Spielberg's choice to make the episode using animation - especially combining the expense of high-quality animation with well-known voice actors - was considered risky and bold at the time. The first half of the special was later attached to the theatrical release of another Spielberg-produced project, The Land Before Time, because of the film's short length of just over an hour.

This short was the first time the Easter Egg A113 was ever used. Brad Bird used it on the license plate on the van and has since hidden it in every film he has directed. The Easter Egg has been popularized by Pixar films.

===Development===
Six years after the original Amazing Stories episode, a CBS series based on the episode was produced by Steven Spielberg and Tim Burton (who contributed to the production and character designs). It was written by Dennis Klein, Sherri Stoner and Paul Dini, and animated by Nelvana (who animated another Universal and Amblin show, Fievel's American Tails), but notably lacked the involvement of the original writer and director, Brad Bird, because he did not believe the short's premise would work as a television show. Largely hyped due to Spielberg's involvement, the series was plagued by production delays.

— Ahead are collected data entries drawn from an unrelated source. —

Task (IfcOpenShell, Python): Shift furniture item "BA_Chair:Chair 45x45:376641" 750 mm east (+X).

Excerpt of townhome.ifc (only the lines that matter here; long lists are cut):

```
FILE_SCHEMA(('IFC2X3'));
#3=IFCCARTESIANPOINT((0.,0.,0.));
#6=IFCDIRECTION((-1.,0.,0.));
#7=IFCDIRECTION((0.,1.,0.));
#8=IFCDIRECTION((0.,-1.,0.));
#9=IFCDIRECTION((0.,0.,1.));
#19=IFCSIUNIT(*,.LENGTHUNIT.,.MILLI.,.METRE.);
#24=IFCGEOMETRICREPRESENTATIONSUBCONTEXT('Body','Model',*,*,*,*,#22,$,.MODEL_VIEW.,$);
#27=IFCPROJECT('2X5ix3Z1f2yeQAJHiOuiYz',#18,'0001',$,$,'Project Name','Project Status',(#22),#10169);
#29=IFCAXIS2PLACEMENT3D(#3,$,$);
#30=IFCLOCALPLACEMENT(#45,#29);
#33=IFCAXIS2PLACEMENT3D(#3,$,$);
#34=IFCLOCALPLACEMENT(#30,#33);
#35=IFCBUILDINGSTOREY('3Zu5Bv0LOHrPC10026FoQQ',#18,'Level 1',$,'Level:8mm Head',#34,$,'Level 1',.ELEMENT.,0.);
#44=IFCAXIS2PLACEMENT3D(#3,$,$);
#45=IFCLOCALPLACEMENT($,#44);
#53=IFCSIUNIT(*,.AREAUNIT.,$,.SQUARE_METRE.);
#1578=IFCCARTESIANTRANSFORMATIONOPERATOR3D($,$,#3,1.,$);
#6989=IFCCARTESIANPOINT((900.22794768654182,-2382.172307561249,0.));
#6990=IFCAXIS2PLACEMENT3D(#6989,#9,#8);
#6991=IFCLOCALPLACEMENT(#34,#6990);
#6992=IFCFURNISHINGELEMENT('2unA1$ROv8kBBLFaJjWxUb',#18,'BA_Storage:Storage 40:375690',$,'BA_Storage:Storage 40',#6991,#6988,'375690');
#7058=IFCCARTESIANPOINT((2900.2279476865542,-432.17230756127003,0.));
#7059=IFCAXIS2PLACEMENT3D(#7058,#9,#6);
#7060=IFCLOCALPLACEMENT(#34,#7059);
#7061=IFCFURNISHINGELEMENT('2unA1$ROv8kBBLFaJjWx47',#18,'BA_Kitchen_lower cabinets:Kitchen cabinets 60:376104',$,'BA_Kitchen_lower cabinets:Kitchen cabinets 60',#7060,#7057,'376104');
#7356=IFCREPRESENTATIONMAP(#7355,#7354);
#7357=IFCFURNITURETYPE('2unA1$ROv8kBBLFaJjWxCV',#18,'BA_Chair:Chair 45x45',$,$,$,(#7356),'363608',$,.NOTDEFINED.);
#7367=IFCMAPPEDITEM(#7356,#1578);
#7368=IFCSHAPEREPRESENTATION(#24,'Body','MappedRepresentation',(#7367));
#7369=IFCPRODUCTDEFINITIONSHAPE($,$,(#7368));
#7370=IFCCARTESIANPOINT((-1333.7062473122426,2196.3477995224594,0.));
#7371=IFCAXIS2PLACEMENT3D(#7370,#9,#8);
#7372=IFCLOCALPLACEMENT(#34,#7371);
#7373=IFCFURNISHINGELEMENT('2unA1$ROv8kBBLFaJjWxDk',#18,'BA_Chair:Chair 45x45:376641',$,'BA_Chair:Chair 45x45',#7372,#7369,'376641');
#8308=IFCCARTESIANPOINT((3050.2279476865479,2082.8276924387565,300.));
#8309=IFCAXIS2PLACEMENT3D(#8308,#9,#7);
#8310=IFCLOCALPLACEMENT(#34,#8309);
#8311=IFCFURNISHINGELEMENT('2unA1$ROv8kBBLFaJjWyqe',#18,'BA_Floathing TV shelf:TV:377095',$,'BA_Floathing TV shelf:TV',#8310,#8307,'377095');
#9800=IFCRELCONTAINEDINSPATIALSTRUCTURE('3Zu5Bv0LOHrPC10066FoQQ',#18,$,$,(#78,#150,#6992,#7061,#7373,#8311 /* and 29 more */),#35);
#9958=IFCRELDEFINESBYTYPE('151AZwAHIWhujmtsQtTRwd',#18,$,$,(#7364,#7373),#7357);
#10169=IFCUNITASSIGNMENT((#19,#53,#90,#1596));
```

```python
import ifcopenshell
import ifcopenshell.api.geometry
import ifcopenshell.util.placement
import ifcopenshell.util.unit

model = ifcopenshell.open("townhome.ifc")
unit_scale = ifcopenshell.util.unit.calculate_unit_scale(model)

item = model.by_guid("2unA1$ROv8kBBLFaJjWxDk")
matrix = ifcopenshell.util.placement.get_local_placement(item.ObjectPlacement)
matrix[0, 3] += 0.75 / unit_scale
ifcopenshell.api.geometry.edit_object_placement(model, product=item, matrix=matrix, is_si=False)

print(ifcopenshell.util.placement.get_local_placement(item.ObjectPlacement).round(3) + 0.0)

model.write("townhome_edited.ifc")
```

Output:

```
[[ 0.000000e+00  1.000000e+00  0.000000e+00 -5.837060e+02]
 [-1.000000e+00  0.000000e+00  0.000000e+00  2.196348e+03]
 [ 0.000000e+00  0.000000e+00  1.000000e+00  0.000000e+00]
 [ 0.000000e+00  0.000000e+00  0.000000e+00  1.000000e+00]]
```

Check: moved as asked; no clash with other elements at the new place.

It did not get past its original network order of 13 episodes. Ten episodes were finished by the Wang Film Productions animation house in Taiwan but the producers were dissatisfied with the results, so they halted production on the final three episodes and outsourced the ten episodes to Nelvana for "fixes and completions". The series was scheduled to debut on March 20, 1991 (and it was heavily promoted during the February 1991 broadcast of the Grammy Awards), but the animation was not completed in time for this premiere, so the series was ultimately pushed back until 1993. Frederick Coffin was originally cast as the voice of Skip Binsford, but Spielberg decided to replace him with Martin Mull, after animation was completed on the first three episodes. The budget for each episode rose from $650,000 to $1 million.

Despite the Amazing Stories short airing two months before the launch of the new Fox network and the original The Simpsons shorts as part of The Tracy Ullman Show, Family Dog eventually was lumped into a category of failed primetime animated series produced for the "Big Three" networks to compete with The Simpsons, alongside ABC's Capitol Critters and CBS's own Fish Police. Every program was canceled after only a few weeks. CBS burned off Family Dog in six weeks in the summer of 1993.

==Home media==

Complete series LaserDisc cover

The entire series was released as a LaserDisc box set, and various episodes of the show were released on VHS around the same time.

==Reception==
The original short has been praised by critics alongside the likes of veteran animators Bill Melendez and Bob Kurtz.

When the show debuted, it was roundly panned for its crude scripts and cheap production values, both of drastically lesser quality than the episode which had spawned the series. It became a cult disaster.

==Video game==
The show was adapted into a Super NES video game about the life of an everyday family dog. The player has to go three places such as the home where the dog lives, a dog pound and the woods to defeat stereotypical obstacles and enemies like a dog catcher and a cat.

Time Extension listed Family Dog as one of the worst SNES games.